Dataset entries
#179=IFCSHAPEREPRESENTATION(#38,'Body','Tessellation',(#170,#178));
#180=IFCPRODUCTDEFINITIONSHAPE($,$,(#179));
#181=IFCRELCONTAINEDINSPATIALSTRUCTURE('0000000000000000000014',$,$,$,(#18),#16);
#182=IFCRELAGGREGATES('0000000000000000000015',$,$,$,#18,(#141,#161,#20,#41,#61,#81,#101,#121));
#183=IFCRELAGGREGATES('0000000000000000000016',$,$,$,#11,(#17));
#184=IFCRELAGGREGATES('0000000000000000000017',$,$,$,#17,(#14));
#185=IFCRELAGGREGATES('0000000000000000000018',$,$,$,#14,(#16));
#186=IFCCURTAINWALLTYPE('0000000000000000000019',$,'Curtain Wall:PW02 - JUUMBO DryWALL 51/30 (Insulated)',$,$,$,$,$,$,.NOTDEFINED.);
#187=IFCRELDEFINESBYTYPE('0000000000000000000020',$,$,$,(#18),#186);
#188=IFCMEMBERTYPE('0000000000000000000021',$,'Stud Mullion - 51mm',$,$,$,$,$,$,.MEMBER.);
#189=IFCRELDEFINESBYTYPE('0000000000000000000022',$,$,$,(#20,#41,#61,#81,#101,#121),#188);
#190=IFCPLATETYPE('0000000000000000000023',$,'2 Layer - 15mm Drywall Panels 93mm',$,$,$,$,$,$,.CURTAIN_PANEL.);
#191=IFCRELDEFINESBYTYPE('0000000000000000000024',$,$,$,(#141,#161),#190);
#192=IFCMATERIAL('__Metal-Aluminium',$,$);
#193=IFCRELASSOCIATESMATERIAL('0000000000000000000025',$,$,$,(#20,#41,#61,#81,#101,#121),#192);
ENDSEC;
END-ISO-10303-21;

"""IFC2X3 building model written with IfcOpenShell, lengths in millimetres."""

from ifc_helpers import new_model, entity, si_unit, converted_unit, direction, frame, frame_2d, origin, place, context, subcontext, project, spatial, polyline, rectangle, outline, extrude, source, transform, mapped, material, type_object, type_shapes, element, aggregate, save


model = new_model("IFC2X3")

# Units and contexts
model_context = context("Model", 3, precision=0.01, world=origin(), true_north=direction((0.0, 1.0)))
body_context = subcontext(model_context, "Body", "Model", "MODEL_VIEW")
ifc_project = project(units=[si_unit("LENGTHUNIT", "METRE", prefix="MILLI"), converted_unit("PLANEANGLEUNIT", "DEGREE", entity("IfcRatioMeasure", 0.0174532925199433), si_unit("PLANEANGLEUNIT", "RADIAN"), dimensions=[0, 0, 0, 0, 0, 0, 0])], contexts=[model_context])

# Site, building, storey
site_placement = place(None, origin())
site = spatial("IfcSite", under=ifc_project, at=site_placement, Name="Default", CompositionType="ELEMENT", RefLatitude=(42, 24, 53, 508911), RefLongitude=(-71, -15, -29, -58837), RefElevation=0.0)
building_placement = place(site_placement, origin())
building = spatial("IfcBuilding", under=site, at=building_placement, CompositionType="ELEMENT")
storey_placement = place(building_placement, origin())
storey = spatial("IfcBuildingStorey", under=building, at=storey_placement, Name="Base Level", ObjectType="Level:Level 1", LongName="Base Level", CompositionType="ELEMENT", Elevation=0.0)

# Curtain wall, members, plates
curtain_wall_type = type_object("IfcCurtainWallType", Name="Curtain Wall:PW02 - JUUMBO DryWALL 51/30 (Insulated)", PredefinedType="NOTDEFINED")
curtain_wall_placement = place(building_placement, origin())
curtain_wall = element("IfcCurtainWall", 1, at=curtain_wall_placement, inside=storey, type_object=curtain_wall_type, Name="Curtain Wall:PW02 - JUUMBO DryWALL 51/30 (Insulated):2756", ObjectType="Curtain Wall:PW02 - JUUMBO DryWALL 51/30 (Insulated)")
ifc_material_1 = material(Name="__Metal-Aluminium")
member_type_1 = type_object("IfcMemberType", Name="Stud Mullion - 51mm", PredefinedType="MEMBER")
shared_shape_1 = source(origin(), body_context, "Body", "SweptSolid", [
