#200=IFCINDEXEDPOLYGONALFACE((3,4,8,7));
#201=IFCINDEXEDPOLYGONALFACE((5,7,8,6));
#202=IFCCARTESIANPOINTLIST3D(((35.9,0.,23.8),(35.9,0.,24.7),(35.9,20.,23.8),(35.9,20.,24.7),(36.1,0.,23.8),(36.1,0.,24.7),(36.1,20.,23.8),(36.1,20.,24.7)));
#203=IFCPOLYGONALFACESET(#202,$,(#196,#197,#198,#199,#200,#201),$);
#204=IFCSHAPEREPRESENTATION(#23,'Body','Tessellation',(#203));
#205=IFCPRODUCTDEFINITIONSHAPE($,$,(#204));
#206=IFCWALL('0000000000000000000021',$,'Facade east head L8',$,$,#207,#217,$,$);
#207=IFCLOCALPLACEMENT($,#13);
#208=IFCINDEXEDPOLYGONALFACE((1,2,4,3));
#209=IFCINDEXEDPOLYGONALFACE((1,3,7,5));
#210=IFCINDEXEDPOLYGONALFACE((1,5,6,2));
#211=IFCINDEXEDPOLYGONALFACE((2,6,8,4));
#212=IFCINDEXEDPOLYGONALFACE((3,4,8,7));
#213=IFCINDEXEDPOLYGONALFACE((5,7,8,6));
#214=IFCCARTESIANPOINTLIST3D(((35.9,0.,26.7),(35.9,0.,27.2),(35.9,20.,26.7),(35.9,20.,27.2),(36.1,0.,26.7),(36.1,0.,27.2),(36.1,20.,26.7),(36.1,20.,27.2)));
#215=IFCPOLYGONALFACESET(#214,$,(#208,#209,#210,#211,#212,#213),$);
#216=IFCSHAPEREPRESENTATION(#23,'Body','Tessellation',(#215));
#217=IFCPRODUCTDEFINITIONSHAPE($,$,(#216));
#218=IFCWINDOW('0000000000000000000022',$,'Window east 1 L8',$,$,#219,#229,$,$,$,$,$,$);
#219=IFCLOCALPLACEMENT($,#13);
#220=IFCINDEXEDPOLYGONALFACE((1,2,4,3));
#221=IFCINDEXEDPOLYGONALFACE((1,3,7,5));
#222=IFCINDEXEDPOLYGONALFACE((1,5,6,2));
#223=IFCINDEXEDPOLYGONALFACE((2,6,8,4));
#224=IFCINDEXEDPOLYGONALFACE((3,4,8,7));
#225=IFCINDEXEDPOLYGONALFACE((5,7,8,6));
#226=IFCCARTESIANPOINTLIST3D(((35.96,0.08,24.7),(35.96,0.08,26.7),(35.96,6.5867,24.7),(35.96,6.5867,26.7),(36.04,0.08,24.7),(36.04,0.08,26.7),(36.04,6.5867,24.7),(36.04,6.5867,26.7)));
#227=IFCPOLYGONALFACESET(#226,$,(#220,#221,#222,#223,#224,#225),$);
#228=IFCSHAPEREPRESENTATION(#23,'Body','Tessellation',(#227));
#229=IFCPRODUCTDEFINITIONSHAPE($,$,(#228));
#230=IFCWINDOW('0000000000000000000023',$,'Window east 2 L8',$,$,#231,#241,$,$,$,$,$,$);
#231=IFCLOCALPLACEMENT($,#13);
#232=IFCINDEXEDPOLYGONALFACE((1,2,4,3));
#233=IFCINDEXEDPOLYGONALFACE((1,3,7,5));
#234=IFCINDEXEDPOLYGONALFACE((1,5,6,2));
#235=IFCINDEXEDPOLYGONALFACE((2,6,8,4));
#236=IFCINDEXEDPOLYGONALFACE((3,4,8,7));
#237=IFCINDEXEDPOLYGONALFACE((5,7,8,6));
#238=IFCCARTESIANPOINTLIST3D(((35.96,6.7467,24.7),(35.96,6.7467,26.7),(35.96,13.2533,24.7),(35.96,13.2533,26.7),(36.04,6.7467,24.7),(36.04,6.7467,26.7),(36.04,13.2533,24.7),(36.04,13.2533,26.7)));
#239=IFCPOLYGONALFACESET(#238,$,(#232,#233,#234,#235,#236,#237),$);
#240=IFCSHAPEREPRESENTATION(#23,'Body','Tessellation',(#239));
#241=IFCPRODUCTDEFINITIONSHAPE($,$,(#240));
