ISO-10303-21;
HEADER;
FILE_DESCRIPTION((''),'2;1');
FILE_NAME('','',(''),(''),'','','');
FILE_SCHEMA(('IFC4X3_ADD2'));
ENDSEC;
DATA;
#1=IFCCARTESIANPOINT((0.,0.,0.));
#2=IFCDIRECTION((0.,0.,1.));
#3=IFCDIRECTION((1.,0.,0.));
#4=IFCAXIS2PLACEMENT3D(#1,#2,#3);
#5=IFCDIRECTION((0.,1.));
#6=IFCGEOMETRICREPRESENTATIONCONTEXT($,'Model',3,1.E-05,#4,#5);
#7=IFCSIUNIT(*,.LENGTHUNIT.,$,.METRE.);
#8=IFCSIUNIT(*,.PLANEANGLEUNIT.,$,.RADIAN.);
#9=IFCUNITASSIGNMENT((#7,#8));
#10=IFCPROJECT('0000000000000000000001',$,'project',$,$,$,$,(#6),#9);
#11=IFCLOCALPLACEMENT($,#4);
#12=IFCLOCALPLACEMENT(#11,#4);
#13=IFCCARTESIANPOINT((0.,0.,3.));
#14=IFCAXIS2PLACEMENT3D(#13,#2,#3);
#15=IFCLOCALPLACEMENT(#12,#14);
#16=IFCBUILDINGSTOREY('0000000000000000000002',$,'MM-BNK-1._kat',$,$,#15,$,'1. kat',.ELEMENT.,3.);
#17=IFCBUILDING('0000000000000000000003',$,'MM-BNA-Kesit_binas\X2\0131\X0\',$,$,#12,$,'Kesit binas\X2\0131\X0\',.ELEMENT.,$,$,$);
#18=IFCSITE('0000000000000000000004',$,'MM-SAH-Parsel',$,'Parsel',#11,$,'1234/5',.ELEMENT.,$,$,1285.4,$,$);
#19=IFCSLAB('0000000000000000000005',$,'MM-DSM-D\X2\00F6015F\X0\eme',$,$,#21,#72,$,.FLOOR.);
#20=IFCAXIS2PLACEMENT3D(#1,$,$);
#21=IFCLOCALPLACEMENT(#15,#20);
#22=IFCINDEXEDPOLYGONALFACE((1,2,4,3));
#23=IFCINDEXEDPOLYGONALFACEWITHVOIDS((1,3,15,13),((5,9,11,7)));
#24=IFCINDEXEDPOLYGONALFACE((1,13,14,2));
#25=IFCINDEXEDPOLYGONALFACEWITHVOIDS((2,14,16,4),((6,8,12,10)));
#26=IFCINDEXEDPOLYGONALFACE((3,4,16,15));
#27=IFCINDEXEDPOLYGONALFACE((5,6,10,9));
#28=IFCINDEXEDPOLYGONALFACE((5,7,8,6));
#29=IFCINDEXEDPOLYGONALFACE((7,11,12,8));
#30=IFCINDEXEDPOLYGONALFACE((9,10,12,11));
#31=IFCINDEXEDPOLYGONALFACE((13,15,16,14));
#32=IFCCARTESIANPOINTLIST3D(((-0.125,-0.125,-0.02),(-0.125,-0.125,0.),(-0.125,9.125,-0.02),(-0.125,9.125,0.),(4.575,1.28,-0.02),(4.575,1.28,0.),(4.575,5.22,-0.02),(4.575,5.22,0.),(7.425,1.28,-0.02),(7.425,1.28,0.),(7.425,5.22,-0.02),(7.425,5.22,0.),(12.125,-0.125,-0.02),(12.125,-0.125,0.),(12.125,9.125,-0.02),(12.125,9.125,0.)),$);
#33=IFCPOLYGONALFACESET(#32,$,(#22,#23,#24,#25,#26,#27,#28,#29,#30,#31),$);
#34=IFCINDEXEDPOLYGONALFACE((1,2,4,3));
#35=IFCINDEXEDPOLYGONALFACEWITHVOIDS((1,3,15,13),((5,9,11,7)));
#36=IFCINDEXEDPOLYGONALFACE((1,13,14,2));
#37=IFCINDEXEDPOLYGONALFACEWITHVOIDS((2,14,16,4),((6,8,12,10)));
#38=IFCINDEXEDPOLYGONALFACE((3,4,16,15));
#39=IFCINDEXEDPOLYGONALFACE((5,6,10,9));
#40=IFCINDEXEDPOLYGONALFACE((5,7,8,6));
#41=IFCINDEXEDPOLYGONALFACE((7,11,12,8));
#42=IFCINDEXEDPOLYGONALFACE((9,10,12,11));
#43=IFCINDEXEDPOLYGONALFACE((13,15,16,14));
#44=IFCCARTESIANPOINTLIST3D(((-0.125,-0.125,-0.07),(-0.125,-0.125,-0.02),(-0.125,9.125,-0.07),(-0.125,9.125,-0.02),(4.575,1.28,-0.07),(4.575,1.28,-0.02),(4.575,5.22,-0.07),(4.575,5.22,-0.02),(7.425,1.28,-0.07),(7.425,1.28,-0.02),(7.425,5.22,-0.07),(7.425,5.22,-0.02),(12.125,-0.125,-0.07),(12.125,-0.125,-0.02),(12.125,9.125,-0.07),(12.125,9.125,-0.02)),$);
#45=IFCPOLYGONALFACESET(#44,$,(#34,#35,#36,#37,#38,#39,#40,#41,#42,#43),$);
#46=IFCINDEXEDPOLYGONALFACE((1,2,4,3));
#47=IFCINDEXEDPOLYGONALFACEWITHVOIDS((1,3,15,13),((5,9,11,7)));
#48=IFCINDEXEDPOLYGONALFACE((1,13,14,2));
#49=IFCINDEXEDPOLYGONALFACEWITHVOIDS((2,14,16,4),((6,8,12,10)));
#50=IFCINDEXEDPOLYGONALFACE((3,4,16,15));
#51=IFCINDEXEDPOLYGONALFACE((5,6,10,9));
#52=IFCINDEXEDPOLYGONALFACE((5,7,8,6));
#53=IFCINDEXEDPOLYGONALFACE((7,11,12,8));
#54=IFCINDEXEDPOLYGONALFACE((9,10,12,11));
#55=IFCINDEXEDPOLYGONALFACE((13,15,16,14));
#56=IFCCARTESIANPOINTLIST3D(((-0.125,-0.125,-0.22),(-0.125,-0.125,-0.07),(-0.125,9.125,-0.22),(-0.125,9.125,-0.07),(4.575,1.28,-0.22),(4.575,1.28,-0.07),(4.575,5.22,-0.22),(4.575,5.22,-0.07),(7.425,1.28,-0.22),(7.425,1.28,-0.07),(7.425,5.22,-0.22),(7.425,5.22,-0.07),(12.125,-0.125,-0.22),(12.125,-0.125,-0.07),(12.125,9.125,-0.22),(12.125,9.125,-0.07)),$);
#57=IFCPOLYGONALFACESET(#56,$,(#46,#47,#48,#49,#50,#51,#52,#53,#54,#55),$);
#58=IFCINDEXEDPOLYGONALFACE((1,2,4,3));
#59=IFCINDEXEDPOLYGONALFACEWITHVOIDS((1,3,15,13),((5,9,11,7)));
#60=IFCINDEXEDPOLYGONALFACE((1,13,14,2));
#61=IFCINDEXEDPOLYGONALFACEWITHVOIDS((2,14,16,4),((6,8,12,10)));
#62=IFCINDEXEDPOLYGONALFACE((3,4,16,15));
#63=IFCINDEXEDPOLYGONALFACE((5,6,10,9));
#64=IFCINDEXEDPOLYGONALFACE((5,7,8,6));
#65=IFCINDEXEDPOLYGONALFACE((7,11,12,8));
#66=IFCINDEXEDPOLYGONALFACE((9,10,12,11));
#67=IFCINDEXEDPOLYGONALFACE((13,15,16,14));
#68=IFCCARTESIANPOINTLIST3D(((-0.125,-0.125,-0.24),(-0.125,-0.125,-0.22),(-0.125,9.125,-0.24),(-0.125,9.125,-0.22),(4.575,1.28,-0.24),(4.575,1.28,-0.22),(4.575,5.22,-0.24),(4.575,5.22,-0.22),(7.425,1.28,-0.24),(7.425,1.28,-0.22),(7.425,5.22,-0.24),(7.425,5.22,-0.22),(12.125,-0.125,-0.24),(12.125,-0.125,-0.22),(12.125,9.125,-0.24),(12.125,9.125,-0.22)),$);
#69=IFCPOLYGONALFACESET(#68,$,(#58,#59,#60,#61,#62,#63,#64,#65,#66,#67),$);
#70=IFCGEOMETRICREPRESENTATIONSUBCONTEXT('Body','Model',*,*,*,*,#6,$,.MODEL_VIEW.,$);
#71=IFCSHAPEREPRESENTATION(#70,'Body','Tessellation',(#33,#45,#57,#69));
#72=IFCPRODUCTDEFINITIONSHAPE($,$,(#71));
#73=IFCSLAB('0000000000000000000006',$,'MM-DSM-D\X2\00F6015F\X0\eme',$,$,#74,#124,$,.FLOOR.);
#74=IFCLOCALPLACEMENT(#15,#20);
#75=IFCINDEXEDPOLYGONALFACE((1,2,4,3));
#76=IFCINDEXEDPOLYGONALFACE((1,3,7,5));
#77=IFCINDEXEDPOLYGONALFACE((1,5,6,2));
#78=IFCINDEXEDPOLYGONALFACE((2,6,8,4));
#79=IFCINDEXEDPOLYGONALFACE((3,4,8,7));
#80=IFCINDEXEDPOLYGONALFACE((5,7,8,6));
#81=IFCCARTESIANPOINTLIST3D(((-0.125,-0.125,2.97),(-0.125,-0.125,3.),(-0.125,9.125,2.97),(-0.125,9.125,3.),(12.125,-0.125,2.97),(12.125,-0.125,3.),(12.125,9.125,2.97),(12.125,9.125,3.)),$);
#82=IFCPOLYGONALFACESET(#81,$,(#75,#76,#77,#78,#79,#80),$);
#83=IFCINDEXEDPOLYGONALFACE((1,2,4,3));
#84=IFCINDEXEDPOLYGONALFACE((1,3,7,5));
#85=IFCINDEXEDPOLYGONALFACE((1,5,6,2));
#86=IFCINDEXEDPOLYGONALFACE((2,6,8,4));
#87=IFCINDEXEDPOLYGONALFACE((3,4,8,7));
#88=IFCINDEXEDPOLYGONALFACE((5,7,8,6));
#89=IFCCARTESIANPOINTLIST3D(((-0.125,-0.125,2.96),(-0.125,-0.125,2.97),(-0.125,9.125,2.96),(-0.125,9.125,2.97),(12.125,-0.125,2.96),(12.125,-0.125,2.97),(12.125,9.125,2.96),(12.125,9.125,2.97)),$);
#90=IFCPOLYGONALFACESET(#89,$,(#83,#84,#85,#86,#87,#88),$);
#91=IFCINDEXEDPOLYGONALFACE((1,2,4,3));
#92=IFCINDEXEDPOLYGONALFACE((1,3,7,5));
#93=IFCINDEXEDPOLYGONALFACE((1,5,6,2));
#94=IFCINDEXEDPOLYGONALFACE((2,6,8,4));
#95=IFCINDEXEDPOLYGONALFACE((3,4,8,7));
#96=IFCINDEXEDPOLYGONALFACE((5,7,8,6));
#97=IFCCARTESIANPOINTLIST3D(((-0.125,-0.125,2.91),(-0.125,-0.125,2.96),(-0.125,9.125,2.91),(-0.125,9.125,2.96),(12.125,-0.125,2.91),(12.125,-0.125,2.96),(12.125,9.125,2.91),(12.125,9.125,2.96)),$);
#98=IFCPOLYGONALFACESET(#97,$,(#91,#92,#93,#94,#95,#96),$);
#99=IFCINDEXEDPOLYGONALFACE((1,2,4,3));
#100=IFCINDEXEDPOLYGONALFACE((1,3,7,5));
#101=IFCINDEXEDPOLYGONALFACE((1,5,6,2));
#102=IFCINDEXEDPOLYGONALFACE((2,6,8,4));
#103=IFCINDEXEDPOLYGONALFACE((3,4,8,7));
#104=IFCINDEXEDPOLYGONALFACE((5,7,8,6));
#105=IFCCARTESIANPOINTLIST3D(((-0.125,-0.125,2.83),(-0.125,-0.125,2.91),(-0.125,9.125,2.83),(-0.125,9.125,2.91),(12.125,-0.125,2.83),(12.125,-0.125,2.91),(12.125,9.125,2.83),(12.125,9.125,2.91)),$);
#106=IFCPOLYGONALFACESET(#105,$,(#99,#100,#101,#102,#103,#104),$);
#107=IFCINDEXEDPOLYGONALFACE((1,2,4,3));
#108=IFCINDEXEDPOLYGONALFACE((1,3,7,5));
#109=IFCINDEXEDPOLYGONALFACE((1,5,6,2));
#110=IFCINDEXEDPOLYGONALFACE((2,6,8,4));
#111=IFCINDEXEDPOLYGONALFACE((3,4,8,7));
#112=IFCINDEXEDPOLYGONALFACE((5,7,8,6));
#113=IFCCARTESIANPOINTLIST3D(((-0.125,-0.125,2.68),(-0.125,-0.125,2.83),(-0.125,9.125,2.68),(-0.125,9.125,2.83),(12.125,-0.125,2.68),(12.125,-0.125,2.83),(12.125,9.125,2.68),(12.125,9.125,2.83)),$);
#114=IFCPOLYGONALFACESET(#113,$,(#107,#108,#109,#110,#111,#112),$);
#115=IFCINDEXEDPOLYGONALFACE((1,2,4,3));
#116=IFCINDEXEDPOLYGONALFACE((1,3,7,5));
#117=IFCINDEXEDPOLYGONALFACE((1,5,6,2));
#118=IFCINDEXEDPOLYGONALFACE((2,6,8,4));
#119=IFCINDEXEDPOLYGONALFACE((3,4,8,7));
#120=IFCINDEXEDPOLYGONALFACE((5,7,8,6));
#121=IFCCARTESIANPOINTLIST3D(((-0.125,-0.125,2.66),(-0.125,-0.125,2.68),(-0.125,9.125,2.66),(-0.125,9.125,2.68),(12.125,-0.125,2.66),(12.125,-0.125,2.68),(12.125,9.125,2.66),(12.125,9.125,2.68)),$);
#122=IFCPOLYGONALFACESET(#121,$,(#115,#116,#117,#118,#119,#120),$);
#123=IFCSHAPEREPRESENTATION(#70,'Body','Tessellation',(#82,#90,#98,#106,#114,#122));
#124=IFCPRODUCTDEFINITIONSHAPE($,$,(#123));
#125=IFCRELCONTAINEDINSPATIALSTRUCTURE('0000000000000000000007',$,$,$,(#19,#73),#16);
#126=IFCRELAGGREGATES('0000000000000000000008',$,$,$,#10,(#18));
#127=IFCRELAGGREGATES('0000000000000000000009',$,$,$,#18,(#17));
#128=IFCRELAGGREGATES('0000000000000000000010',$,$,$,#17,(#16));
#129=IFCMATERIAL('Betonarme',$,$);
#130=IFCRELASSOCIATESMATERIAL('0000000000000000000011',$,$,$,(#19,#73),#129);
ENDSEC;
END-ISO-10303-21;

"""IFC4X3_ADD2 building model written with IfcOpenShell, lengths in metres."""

from ifc_helpers import new_model, si_unit, direction, frame, origin_with_axes, place, context, subcontext, project, spatial, polyline, outline, extrude, material, element, save


model = new_model("IFC4X3_ADD2")

# Units and contexts
model_context = context("Model", 3, precision=1e-05, world=origin_with_axes(), true_north=direction((0.0, 1.0)))
body_context = subcontext(model_context, "Body", "Model", "MODEL_VIEW")
ifc_project = project(units=[si_unit("LENGTHUNIT", "METRE"), si_unit("PLANEANGLEUNIT", "RADIAN")], contexts=[model_context])

# Site, building, storey
site_placement = place(None, origin_with_axes())
site = spatial("IfcSite", under=ifc_project, at=site_placement, Name="MM-SAH-Parsel", ObjectType="Parsel", LongName="1234/5", CompositionType="ELEMENT", RefElevation=1285.4)
building_placement = place(site_placement, origin_with_axes())
building = spatial("IfcBuilding", under=site, at=building_placement, Name="MM-BNA-Kesit_binası", LongName="Kesit binası", CompositionType="ELEMENT")
storey_placement = place(building_placement, frame((0.0, 0.0, 3.0), z_axis=(0.0, 0.0, 1.0), x_axis=(1.0, 0.0, 0.0)))
storey = spatial("IfcBuildingStorey", under=building, at=storey_placement, Name="MM-BNK-1._kat", LongName="1. kat", CompositionType="ELEMENT", Elevation=3.0)

# Shared definitions
ifc_material_1 = material(Name="Betonarme")

# Slab, opening
slab_1_placement = place(storey_placement, origin_with_axes())
slab_1 = element("IfcSlab", 1, at=slab_1_placement, inside=storey, material=ifc_material_1, Name="MM-DSM-Döşeme", PredefinedType="FLOOR", context=body_context, shape_type="SweptSolid", body=[
    extrude(outline(polyline([(-0.125, -0.125), (12.125, -0.125), (12.125, 9.125), (-0.125, 9.125), (-0.125, -0.125)])), frame((0.0, 0.0, -0.02)), (0.0, 0.0, 1.0), 0.02),
    extrude(outline(polyline([(-0.125, -0.125), (12.125, -0.125), (12.125, 9.125), (-0.125, 9.125), (-0.125, -0.125)])), frame((0.0, 0.0, -0.07)), (0.0, 0.0, 1.0), 0.05),
    extrude(outline(polyline([(-0.125, -0.125), (12.125, -0.125), (12.125, 9.125), (-0.125, 9.125), (-0.125, -0.125)])), frame((0.0, 0.0, -0.22)), (0.0, 0.0, 1.0), 0.15),
    extrude(outline(polyline([(-0.125, -0.125), (12.125, -0.125), (12.125, 9.125), (-0.125, 9.125), (-0.125, -0.125)])), frame((0.0, 0.0, -0.24)), (0.0, 0.0, 1.0), 0.02),
])
opening_1_placement = place(storey_placement, origin_with_axes())
element("IfcOpeningElement", 2, at=opening_1_placement, cuts=slab_1, PredefinedType="OPENING", context=body_context, shape_type="SweptSolid", body=[
    extrude(outline(polyline([(4.575, 1.28), (4.575, 5.22), (7.425, 5.22), (7.425, 1.28), (4.575, 1.28)])), frame((0.0, 0.0, -0.24)), (0.0, 0.0, 1.0), 0.24),
])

• _WORK TO COMPLETE_: Each line that has the word "IFCRELDEFINESBYTYPE" counts once. How many such lines are in the data? Give the number alone.

• _PROBLEM SOLUTION_: 3